Sabtu (5/12) lalu, pertandingan antara Millwall melawan Derby County di Championship Division di Inggris menuai kontroversi.
Sebelum pertandingan dimulai, beberapa fans Millwall menyoraki tanda tidak suka dengan berlutut untuk kampanye Black Lives Matter.
Sebenarnya, Black Lives Matter adalah sebuah organisasi yang dibentuk pada tahun 2013.
Organisasi ini didirikan karena pembebasan pelaku pembunuh Trayvon Martin.

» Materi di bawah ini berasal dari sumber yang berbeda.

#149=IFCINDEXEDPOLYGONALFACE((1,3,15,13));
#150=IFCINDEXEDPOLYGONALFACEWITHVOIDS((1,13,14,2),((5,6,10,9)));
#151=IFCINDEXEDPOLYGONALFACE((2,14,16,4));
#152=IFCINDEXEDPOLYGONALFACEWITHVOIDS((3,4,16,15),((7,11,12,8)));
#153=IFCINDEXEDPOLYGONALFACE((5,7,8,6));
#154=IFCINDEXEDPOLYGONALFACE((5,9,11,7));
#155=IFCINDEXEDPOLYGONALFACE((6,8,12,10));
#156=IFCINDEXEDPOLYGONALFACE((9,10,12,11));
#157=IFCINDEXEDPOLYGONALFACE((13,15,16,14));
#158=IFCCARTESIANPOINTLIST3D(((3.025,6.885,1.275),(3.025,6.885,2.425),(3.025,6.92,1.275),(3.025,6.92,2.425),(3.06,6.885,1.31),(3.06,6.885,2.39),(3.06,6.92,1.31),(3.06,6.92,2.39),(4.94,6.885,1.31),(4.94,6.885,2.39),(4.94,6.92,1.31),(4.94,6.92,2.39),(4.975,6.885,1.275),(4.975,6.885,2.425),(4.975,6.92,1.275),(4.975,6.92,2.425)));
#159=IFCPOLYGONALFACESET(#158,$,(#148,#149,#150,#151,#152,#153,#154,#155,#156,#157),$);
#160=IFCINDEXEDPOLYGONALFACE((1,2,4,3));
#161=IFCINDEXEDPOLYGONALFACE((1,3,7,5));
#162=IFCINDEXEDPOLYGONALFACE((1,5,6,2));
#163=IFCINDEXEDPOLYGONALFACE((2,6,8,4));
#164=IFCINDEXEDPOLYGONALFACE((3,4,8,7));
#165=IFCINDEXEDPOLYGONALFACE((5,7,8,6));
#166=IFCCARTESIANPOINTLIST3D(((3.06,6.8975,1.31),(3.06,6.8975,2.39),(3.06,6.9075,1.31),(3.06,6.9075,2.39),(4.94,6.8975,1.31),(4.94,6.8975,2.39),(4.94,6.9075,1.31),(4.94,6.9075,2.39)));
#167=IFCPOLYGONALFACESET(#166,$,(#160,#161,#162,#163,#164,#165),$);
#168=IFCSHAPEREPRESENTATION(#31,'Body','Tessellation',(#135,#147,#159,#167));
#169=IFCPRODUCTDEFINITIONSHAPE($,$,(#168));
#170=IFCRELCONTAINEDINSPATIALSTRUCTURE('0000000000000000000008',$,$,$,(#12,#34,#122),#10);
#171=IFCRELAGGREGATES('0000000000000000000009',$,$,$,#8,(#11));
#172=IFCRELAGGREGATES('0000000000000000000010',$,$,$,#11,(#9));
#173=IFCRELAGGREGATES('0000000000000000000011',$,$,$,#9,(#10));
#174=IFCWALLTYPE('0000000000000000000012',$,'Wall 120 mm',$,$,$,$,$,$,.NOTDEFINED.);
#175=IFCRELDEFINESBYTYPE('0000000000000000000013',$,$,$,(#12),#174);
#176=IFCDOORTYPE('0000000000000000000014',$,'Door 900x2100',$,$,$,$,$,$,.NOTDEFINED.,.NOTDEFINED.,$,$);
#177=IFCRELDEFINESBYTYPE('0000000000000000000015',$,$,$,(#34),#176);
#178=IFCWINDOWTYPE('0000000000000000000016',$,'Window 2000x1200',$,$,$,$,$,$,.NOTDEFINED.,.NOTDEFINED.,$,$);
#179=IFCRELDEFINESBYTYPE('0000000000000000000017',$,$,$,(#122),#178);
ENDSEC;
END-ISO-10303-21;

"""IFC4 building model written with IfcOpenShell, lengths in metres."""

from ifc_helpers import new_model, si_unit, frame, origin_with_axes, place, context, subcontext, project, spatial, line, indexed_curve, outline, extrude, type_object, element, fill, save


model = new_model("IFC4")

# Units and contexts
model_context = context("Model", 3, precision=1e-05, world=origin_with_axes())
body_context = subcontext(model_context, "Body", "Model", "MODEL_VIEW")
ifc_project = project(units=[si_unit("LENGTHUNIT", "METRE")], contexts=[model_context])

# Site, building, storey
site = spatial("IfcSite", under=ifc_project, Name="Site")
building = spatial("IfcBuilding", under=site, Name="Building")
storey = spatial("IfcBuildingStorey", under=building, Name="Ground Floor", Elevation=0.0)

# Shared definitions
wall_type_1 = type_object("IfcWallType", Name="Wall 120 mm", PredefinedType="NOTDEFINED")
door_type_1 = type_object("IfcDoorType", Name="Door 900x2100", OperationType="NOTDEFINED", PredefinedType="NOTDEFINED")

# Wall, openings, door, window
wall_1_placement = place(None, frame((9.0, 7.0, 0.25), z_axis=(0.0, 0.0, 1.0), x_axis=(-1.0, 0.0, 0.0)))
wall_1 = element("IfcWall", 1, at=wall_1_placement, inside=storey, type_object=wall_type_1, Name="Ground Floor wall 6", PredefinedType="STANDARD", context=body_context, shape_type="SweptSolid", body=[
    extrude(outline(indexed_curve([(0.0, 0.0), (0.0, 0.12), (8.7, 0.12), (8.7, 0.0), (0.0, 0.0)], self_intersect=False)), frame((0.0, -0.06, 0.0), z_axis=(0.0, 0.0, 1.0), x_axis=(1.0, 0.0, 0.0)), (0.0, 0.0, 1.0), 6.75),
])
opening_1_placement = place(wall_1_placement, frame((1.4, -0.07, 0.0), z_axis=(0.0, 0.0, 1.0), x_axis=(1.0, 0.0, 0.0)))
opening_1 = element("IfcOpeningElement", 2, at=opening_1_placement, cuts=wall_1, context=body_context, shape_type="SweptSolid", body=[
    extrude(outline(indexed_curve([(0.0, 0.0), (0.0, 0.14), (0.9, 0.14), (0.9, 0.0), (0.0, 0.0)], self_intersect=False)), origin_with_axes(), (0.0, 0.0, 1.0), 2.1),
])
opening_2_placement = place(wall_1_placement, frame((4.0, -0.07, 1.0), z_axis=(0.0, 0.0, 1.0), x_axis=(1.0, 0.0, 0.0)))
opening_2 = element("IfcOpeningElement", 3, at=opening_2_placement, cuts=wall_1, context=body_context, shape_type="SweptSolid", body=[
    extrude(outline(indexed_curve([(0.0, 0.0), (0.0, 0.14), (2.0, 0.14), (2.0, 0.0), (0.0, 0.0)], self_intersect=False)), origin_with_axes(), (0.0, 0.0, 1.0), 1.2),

Black Lives Matter Global Network Foundation, Inc adalah organisasi global di Amerika Serikat, Britania Raya dan Kanada yang bertujuan untuk memberantas supremasi kulit putih dan membangun kekuatan lokal untuk membela kekerasan yang diarahkan kepada komunitas kulit hitam dari negara atau warga.
Selain itu, BLM ini juga dijadikan wadah untuk komunitas kulit hitam untuk berkumpul, berkarya atau sekedar bersenang-senang.
Awal Mula Gerakan Black Lives Matter di Dunia Olahraga
Pada preseason NFL (National Football League, olahraga American Football) tahun 2016, ada yang sedikit berbeda kala itu.
Colin Kaepernick, pemain San Francisco 49ers melakukan gerakan berlutut saat pemutaran lagu kebangsaan Amerika Serikat sebelum pertandingan dimulai.
Ketika sudah 3 kali melakukan hal itu, tepatnya pada Agustus 2016, Kaepernick buka suara mengenai gesturnya.
“Aku tidak akan berdiri untuk menunjukan kebanggan terhadap negara yang menindas orang berkulit hitam dan berkulit warna. Bagiku, ini lebih besar dari football (American football) dan akan menjadi egois bagiku untuk tidak peduli. Ada banyak mayat di pinggir jalan dan pembunuhnya bisa lolos.”
Setelah Kaepernick, atlet NFL lain mulai banyak yang mengikuti, tidak terkecuali olahraga lain termasuk sepak bola itu sendiri.
Tahun 2020, Black Lives Matter Meledak Lebih Besar
Kasus brutalitas polisi di Amerika Serikat sudah menjadi rahasia umum bagi dunia.
Kaum minoritas yang dilihat dari suku, ras atau agama cenderung mendapatkan diskriminasi dari pihak berwenang.
Puncaknya adalah pada 25 Mei 2020.
George Floyd, seorang kulit hitam di Amerika Serikat dibunuh oleh polisi karena dituduh membayar rokok dengan uang polisi yang tidak terbukti benar.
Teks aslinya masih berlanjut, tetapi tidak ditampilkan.